Despite the absence of official confirmation, consumer confidence has dropped sharply. Many regular customers say they are now avoiding their usual roadside purchases out of caution. In Madina, one plantain chip vendor said her daily sales had declined significantly within days of the posts going viral, adding that she did not know where the rumours originated. Yam sellers across the city have reported similar drops, with many expressing frustration that unsubstantiated online claims are destroying businesses built over years.

The situation is unfolding as the FDA is already in the middle of its most aggressive enforcement period in recent memory. The Authority shut down 16 food service establishments in Accra earlier this year in its first major crackdown under a February 2026 directive requiring all food businesses to hold valid Food Hygiene Permits or face immediate closure. That directive applies across restaurants, chop bars, snack bars, food vans, bakeries, and online food vendors.

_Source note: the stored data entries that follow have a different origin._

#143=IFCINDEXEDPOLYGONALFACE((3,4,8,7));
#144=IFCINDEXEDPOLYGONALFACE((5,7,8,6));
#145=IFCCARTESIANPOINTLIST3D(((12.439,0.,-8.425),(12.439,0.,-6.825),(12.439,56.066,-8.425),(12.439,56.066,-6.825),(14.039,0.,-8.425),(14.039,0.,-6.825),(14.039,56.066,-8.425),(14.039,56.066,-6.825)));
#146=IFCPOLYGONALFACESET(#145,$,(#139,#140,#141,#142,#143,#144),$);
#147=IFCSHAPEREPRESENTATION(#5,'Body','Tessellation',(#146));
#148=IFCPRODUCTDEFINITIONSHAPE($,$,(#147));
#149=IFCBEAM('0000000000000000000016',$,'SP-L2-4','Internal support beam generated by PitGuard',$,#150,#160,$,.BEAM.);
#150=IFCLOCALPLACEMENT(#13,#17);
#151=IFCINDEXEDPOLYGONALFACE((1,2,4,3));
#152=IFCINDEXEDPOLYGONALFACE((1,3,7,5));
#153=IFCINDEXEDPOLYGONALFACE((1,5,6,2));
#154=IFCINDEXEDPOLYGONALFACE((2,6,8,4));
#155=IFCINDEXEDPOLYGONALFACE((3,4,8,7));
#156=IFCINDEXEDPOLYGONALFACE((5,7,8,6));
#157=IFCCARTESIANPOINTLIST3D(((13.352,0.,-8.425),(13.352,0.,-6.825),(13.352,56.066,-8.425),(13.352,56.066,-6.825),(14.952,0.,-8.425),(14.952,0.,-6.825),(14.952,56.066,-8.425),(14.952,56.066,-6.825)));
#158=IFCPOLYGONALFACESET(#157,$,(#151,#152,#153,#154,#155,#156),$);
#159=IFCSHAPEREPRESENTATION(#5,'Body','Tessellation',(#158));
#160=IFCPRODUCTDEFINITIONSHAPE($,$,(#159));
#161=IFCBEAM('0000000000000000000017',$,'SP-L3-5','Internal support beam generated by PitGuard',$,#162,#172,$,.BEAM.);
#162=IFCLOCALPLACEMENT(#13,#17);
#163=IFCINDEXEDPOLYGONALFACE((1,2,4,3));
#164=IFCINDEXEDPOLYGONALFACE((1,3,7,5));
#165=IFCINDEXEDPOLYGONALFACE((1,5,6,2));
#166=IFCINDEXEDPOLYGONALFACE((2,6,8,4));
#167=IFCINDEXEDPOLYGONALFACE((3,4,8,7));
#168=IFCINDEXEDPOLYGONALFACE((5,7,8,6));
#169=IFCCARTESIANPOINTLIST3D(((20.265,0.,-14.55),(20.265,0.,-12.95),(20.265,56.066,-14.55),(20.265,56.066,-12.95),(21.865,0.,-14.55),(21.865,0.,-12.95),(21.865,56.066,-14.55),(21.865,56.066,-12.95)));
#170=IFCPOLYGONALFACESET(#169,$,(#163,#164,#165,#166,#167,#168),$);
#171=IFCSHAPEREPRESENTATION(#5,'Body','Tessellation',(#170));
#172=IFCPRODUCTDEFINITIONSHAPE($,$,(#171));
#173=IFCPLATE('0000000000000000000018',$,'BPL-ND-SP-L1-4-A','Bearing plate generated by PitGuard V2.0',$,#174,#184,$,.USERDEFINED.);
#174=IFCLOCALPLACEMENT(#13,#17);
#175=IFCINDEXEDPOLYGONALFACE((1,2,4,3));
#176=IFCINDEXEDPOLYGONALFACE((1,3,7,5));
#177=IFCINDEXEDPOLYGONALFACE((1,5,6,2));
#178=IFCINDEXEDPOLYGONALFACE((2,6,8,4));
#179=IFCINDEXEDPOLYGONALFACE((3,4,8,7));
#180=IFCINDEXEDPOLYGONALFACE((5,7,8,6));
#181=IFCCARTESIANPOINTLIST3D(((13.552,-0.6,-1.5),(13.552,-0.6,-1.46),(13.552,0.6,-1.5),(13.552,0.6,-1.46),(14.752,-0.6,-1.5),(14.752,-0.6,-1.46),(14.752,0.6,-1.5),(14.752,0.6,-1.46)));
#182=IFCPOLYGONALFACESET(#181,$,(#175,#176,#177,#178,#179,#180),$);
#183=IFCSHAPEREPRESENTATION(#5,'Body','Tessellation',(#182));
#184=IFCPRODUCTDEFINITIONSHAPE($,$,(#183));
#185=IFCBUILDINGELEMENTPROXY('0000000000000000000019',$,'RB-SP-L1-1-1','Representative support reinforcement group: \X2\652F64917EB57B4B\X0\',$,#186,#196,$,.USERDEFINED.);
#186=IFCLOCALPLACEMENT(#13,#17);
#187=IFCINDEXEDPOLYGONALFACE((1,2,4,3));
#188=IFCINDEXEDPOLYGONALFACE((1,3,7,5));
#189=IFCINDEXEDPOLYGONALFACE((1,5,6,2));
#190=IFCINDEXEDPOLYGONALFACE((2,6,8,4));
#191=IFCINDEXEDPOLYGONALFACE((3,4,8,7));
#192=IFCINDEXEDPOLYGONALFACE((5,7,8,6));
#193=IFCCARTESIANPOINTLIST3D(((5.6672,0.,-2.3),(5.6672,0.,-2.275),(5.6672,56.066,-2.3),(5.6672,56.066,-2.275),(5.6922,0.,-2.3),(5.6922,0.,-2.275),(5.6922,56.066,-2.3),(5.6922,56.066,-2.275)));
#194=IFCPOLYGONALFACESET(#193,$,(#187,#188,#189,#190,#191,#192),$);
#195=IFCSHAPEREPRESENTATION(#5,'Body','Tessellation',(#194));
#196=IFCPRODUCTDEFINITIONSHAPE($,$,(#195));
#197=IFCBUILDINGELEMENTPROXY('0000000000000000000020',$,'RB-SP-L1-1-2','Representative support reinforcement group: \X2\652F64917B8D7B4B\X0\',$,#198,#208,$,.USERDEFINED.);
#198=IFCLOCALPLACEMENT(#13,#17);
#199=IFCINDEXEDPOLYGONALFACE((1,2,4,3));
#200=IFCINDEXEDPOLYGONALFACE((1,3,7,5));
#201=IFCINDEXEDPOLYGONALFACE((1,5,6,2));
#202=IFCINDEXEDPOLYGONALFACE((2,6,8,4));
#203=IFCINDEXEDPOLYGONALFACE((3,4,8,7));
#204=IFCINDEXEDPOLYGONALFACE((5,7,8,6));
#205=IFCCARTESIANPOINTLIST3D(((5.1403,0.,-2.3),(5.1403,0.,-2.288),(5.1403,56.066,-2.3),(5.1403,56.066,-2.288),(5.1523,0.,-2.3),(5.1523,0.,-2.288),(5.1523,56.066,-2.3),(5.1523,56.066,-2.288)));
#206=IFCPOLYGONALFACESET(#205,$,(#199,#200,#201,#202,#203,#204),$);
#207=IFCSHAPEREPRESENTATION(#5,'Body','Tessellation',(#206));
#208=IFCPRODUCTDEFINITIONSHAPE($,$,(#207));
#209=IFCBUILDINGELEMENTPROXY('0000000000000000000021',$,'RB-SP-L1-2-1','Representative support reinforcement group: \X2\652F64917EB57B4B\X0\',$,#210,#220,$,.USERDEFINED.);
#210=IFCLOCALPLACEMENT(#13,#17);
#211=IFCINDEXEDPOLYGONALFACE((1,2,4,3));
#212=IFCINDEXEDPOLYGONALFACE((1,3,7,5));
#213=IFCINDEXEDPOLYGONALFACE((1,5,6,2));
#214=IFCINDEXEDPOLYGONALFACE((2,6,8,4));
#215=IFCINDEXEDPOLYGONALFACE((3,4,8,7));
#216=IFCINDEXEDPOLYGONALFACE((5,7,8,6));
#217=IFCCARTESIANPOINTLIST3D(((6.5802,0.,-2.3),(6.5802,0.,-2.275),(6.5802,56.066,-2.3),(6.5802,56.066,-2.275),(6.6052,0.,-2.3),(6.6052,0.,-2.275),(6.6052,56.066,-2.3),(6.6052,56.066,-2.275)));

In February, the FDA also moved quickly to debunk a viral video claiming to show beans being preserved with cement, clarifying that the footage was not Ghanaian in origin and that no such practice is used or permitted in Ghana. The speed of that response was widely praised, and consumer groups are now calling on the FDA to respond with similar urgency to the current wave of claims targeting street food vendors.

The concern among traders goes beyond individual livelihoods. Street food vending is a structural pillar of Ghana’s urban informal economy, providing income for tens of thousands of people while sustaining demand for plantains, yams, and other produce from smallholder farmers across the country. A sustained drop in consumer confidence ripples upstream through that entire value chain.

Regulatory experts have consistently identified the need for stronger collaboration between the FDA, Environmental Health Management and Sanitation Units, and district assemblies to improve routine monitoring of street food vendors, alongside training programmes and clearer safety guidelines to help vendors adopt better food handling practices.

For now, vendors are waiting. Without a clear official statement separating verified fact from online rumour, traders fear that Ghana’s street food culture and the livelihoods it sustains face lasting reputational damage from claims that may have no basis in reality.